The parts of the book on transport policy explore what Melia calls the "wider tension between the growth of human activities and resistance to their most damaging impacts". Melia argues that we are in a dangerous place environmentally and as such "we have run out of time for ideal solutions". Thus he proposes a series of transport policies that can reduce emissions rapidly, but will be acceptable to public opinion. Unfortunately he explains:
Although the small world of transport planning has woken up to the climate emergency, the big decisions at national level are still moving us in the wrong direction. Road-building and airport expansion remain key battlegrounds where the fight against climate change and destruction of nature will be won or lost.
I think Melia is right to highlight the urgency, and the key battles over transport. But I was troubled by the slightly contradictory message of the book. Melia argues that public opinion is key, and that can be shaped by protest movements. But he is wary of movements (such as XR) taking more radical positions that might lead to what he calls "national political cleavage". These positions might be to take an "anti-capitalist" position. The argument goes that this will alienate people on the right and reduce the impact of movements. It should be said here that Melia is not a fan of capitalism, and on XR's internal debate about a "fourth demand" that highlights issues of racism etc, he is clear that this should be incorporated.

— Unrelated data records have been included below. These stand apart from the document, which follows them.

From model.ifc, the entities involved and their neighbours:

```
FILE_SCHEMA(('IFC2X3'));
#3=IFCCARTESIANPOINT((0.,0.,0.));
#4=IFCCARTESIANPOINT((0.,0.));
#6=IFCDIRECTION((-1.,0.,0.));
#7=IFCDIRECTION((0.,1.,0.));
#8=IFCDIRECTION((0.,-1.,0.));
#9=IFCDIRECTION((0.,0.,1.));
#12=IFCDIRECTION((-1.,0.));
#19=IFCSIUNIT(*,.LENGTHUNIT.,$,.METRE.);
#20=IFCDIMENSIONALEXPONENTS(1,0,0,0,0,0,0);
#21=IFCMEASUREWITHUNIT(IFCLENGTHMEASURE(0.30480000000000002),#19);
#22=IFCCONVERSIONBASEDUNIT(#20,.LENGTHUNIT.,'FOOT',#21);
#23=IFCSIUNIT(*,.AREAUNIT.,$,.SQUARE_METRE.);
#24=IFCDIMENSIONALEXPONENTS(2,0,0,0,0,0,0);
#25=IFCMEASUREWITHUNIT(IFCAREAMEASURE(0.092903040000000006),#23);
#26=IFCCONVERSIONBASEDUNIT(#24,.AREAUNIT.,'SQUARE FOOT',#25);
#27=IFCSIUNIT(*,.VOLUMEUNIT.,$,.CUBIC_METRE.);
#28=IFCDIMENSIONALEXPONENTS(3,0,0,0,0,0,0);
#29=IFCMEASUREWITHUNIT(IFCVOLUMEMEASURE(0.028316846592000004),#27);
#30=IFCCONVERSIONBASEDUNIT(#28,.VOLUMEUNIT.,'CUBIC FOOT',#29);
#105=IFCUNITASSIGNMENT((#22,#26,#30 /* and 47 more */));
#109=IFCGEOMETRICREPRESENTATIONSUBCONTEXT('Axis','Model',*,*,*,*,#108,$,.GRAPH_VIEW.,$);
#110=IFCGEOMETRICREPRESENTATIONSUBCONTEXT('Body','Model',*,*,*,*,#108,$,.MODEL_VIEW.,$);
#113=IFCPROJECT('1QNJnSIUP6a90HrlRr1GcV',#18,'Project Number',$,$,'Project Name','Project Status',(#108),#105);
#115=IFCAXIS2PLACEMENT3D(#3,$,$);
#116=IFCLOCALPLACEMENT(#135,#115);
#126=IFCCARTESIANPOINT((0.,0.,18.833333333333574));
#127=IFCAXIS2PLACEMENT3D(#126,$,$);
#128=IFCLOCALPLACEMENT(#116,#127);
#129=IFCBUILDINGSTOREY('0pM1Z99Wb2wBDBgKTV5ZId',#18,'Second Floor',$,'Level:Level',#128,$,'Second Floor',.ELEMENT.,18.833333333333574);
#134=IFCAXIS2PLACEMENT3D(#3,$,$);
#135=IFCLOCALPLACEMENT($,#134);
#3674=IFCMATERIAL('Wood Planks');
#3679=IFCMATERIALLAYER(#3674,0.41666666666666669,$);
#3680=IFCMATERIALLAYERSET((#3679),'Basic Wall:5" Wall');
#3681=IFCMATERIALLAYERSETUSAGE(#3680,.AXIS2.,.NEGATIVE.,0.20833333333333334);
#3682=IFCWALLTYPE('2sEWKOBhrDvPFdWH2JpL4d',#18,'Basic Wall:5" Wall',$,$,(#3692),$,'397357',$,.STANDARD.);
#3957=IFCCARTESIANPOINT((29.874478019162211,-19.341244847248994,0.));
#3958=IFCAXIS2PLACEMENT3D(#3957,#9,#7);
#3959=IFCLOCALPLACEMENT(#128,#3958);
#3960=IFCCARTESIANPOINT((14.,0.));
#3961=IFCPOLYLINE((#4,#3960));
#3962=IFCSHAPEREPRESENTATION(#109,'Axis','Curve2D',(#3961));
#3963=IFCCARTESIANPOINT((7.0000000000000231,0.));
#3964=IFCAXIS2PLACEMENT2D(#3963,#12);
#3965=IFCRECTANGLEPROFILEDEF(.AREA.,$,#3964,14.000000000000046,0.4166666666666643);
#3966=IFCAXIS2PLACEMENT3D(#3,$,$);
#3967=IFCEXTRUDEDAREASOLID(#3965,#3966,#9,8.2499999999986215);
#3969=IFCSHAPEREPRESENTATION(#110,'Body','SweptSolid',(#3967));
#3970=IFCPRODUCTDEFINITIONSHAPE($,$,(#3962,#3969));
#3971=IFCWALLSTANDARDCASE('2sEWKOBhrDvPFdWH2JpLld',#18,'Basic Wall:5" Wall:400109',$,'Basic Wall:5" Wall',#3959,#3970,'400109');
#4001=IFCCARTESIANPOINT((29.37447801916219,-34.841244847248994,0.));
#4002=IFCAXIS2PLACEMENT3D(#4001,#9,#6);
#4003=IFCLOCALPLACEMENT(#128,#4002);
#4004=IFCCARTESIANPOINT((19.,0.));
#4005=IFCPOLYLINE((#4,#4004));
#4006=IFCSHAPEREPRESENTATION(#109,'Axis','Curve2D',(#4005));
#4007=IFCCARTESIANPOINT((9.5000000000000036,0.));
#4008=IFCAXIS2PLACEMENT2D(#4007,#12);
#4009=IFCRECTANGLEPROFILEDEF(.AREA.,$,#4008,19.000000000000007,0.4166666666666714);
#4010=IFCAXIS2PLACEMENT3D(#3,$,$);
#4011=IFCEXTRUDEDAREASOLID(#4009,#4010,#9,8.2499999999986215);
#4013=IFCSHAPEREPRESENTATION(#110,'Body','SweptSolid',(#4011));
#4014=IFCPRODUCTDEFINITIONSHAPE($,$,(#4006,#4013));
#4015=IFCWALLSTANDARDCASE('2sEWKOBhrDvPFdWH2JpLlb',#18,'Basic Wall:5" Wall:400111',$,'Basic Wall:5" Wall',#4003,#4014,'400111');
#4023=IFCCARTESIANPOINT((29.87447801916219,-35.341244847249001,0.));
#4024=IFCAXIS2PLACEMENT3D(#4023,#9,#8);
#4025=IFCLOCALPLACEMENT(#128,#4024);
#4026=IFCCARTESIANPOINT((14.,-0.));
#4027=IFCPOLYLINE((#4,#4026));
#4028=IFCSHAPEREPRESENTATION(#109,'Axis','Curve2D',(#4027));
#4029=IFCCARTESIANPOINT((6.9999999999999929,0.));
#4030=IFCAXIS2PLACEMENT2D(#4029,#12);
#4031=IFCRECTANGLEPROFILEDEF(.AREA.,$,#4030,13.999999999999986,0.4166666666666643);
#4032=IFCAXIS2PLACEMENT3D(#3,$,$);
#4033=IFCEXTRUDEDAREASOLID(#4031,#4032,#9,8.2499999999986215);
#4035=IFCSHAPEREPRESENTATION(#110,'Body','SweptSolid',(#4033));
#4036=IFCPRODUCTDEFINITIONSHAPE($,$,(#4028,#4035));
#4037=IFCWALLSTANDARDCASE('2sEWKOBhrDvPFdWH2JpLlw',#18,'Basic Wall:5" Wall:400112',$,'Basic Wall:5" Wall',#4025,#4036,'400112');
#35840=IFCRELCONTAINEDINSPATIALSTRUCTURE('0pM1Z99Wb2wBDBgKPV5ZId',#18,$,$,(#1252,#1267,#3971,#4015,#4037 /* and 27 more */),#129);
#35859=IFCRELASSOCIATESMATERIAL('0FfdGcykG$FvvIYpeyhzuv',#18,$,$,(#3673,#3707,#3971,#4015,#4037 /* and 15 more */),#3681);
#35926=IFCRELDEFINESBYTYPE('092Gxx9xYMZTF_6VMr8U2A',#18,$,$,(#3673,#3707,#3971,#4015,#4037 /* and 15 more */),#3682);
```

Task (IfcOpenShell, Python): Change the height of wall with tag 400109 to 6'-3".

```python
import ifcopenshell
import ifcopenshell.geom
import ifcopenshell.util.representation
import ifcopenshell.util.shape
import ifcopenshell.util.unit

model = ifcopenshell.open("model.ifc")
unit_scale = ifcopenshell.util.unit.calculate_unit_scale(model)
settings = ifcopenshell.geom.settings()


def volume(element):
    """Net volume in cubic metres, openings subtracted."""
    shape = ifcopenshell.geom.create_shape(settings, element)
    return ifcopenshell.util.shape.get_volume(shape.geometry)


wall = model.by_guid("2sEWKOBhrDvPFdWH2JpLld")
before = volume(wall)

body = ifcopenshell.util.representation.get_representation(wall, "Model", "Body")
solid = body.Items[0]
old_height = solid.Depth
solid.Depth = 75 * 0.0254 / unit_scale
after = volume(wall)

print(f"height {old_height:g} -> {solid.Depth:g}, volume {before:.3f} -> {after:.3f} m3")

model.write("model_rev.ifc")
```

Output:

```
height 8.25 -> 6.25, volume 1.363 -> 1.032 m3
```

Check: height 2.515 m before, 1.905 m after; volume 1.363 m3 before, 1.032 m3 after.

But I think there is a danger in the strategy of focusing on public opinion. This is inherent to XR's politics - the belief that if we win over a certain amount of the population then change is almost inevitable. But the lessons I took from the struggles described by Melia was different. I learnt that the most successful movements were ones that combined radicalism with unity between different forces. The larger the movement, the more united, and the more prepared it was to use a multitude of tactics, then the more successful it was. But crucially what was needed was economic and political muscle, and the force that has this within capitalism - the working class - was entirely absent from almost all of the movements Melia describes. Protest isn't enough - we need to put sand in the gears of the system - and that can be done, most effectively by the workers. Oddly enough the best example of this - the blockades of refineries by lorry drivers - actually demonstrates the power that the workers in those places have to stop the system dead.
So I thought there was something missing in the book. This was the way that protests can inspire - and shape - the sort of movement that can make "ideal" solutions real. This is why socialists in XR and the climate strikes has argued for reaching out to the trade union movement, not as another "group" but as one that has social weight. There should also be blame. The absence of the unions and workers organisations from the protests in Melia's book is not the fault of environmentalists. Its that of union leaders who have avoided participation - despite the frequent interest of rank and file members.
These political points aside, I did enjoy Steve Melia's book - the history is interesting and at times inspiring. There are many lessons to be learnt here and I think environmentalists and socialists will find much of interest. His history of British transport policy is unrivalled. The key question though is "What is to be Done" and I didn't think the book's conclusions were adequate.